The notice will need to be at least 11"x17" and in a font size and style prepared by the
NLRB. The notice must be posted in "conspicuous places where they are readily seen by employees, including all places where notices to employees concerning personnel rules or policies are customarily posted." Employers who customarily communicate with employees about policies and procedures via the Internet or an intranet site, must “prominently” display the notice on that site. Copies of the notice may be obtained from the NLRB.

Content of Notice

The notice includes information about the NLRA, the NLRB and the rights of employees to:

  • Organize a union
  • Form, join or assist a union
  • Bargain collectively
  • Discuss wages, benefits and other terms and condition of employment
  • Raise complaints
  • Strike or picket
  • Choose not to do any of these activities

The notice sets out specific examples of actions that are unlawful under the NLRA and how employees may file a charge with the NLRB. A copy of the text of the notice is attached.

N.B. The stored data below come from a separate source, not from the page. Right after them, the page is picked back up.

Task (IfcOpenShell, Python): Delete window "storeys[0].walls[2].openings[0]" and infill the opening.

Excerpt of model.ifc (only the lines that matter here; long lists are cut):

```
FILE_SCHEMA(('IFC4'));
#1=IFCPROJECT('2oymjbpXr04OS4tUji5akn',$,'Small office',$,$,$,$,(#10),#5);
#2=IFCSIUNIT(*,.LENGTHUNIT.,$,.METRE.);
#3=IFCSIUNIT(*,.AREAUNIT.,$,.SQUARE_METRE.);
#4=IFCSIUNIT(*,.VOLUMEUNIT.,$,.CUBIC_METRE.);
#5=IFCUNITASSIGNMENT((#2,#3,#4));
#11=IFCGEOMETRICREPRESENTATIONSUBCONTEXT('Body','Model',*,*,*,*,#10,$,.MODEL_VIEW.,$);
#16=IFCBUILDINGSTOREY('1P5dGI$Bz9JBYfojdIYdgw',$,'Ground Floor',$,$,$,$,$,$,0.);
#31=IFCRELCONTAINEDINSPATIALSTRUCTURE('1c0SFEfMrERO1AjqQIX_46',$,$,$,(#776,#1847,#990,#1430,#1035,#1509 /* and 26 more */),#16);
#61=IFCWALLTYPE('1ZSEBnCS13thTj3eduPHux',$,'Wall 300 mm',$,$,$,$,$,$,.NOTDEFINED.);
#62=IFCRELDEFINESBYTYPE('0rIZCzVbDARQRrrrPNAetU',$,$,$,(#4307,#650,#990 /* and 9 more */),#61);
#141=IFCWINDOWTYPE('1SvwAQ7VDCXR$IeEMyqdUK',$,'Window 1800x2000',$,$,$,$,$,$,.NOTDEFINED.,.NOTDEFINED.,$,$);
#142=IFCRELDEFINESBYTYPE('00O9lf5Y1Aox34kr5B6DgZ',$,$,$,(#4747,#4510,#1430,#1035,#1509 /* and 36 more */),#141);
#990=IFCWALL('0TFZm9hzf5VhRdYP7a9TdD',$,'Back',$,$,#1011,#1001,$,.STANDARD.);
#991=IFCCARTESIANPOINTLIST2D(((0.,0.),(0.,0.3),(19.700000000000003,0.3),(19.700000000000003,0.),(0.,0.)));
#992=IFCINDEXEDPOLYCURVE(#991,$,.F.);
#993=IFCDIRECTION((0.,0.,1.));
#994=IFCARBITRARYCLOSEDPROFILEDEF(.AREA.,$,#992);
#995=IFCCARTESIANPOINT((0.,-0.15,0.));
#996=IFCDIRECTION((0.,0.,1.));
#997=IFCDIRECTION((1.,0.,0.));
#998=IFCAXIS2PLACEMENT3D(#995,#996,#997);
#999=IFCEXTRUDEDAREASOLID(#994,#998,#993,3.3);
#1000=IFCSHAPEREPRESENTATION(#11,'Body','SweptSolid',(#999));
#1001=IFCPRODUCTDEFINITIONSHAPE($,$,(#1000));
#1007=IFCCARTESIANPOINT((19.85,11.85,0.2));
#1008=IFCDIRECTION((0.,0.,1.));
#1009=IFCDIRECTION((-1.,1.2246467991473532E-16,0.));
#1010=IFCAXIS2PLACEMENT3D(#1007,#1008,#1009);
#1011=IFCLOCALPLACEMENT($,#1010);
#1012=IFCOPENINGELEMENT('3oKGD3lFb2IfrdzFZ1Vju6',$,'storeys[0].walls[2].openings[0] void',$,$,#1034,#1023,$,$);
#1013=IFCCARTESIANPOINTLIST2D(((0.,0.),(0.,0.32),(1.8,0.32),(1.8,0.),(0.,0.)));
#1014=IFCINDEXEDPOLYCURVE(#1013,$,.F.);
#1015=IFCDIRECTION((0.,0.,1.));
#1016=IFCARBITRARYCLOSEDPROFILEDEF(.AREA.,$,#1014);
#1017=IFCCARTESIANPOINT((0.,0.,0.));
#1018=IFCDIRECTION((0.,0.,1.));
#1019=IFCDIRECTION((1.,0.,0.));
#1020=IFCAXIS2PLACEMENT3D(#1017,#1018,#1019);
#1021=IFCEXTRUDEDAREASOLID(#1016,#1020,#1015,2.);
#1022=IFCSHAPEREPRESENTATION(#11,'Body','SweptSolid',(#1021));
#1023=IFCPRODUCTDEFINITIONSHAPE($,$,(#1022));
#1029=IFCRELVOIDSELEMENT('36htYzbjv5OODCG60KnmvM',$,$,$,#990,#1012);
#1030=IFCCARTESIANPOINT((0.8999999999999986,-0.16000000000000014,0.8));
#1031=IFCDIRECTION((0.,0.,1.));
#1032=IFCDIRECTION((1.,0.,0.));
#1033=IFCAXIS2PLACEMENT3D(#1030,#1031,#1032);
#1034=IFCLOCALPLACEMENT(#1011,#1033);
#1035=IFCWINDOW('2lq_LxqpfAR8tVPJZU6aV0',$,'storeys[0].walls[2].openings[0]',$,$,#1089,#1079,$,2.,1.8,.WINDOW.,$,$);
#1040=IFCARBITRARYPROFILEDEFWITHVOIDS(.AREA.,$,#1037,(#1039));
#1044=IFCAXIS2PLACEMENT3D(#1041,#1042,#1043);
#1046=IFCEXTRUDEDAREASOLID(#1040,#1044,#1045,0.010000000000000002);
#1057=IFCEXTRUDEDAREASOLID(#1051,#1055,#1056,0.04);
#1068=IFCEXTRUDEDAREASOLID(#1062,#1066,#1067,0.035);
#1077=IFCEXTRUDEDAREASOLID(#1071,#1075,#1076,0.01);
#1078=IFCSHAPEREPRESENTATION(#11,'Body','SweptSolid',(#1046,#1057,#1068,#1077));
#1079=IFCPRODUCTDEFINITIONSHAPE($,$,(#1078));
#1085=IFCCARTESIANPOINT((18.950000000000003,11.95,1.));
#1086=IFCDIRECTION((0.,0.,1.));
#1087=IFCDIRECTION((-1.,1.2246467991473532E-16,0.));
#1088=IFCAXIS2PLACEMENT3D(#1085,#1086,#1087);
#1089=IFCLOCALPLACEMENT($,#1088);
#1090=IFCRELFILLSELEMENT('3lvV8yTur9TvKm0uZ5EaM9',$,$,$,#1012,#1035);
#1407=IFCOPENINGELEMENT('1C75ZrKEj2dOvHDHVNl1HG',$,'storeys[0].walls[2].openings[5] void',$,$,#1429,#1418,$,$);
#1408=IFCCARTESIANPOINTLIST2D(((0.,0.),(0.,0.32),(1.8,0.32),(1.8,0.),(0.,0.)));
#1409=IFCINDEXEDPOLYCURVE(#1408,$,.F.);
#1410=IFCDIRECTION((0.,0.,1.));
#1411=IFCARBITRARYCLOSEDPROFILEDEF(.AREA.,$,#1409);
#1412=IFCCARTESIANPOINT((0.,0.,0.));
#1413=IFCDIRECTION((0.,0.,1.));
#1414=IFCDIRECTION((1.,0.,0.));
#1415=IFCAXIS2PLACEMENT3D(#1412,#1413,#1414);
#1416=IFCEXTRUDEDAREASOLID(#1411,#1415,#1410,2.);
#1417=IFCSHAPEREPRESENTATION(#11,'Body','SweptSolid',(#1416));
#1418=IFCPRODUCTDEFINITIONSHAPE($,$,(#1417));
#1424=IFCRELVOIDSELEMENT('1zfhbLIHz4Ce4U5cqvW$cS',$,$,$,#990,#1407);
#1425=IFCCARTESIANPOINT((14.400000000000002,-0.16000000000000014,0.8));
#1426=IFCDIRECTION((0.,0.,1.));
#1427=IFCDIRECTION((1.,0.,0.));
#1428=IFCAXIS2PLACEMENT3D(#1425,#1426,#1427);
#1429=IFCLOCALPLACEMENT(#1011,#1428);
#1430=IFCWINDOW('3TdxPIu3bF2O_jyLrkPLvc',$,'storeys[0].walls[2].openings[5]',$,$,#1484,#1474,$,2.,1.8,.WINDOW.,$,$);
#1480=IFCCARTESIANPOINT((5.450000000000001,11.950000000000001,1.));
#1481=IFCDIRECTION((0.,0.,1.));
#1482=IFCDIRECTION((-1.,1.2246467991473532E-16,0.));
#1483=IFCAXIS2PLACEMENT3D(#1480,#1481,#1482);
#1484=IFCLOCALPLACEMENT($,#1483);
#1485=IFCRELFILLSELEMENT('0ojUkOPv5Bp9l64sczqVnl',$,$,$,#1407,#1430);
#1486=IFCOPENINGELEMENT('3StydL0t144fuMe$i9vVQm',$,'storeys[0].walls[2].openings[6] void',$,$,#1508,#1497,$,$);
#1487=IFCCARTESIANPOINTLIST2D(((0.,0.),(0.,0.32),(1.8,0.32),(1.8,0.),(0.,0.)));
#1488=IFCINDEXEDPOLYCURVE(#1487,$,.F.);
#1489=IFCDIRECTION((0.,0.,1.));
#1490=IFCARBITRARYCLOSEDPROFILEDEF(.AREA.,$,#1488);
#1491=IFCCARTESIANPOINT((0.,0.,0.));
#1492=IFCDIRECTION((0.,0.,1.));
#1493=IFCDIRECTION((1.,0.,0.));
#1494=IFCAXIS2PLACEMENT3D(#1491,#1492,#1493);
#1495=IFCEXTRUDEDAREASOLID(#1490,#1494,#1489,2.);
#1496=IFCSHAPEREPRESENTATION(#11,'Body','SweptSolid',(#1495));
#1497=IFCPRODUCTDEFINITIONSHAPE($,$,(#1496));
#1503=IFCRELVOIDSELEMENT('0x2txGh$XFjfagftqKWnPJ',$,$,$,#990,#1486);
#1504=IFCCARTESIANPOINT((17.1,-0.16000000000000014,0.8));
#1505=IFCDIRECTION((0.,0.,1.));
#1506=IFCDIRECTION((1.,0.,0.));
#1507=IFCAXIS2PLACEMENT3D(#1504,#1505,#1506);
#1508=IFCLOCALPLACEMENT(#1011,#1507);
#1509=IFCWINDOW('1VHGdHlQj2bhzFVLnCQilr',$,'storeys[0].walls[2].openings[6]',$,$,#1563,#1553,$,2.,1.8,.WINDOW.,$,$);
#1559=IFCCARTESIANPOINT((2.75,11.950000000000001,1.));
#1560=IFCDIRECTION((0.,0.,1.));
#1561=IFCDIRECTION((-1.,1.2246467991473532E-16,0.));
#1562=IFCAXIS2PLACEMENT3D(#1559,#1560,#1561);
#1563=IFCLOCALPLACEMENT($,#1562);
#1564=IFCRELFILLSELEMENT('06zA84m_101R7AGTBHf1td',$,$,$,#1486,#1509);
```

```python
import ifcopenshell
import ifcopenshell.api.feature
import ifcopenshell.api.root
import ifcopenshell.geom
import ifcopenshell.util.shape

model = ifcopenshell.open("model.ifc")
settings = ifcopenshell.geom.settings()


def volume(element):
    """Net volume in cubic metres, openings subtracted."""
    shape = ifcopenshell.geom.create_shape(settings, element)
    return ifcopenshell.util.shape.get_volume(shape.geometry)


window = model.by_guid("2lq_LxqpfAR8tVPJZU6aV0")
opening = window.FillsVoids[0].RelatingOpeningElement
wall = opening.VoidsElements[0].RelatingBuildingElement
before = volume(wall)

ifcopenshell.api.root.remove_product(model, product=window)
ifcopenshell.api.feature.remove_feature(model, feature=opening)

after = volume(wall)

print(f"wall volume {before:.3f} -> {after:.3f} m3")

model.write("model_edited.ifc")
```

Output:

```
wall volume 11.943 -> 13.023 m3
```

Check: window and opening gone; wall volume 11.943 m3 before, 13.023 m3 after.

Translation for Non-English Speaking Employees

If 20 percent or more of the employees at a work site speak a language other than English, the notice must be posted in the language spoken by those employees.

Penalties for Failure to Comply

An Employer who fails to post the notice will be considered to have engaged in an unfair labor practice. The NLRB may order the employer to post the notice among other remedies. Potentially this could include e-mailing, mailing or reading the notice to employees. Failure to post the notice could result in tolling of the NLRA’s six month limitations period for filing unfair labor practice charges. The failure to post could be used by the NLRB as evidence of unlawful anti-union motive in situations where motive is relevant.


Employers may be tempted to simply view the posting requirement as similar to those existing under other Federal and State laws (e.g. discrimination, wage and hour, workers’ compensation, etc.). But this is just the opening salvo of a concerted effort by the Federal Government to make it easier for unions to organize.

Also in the pipeline is a NLRB proposed regulation designed to dramatically shorten the time period between filing of a petition and an election. And the Department of Labor has a proposed regulation that will make it more difficult for counsel to advise Employers regarding union activity. The time to begin assessing your vulnerability to union organizing (and how you might respond) is now.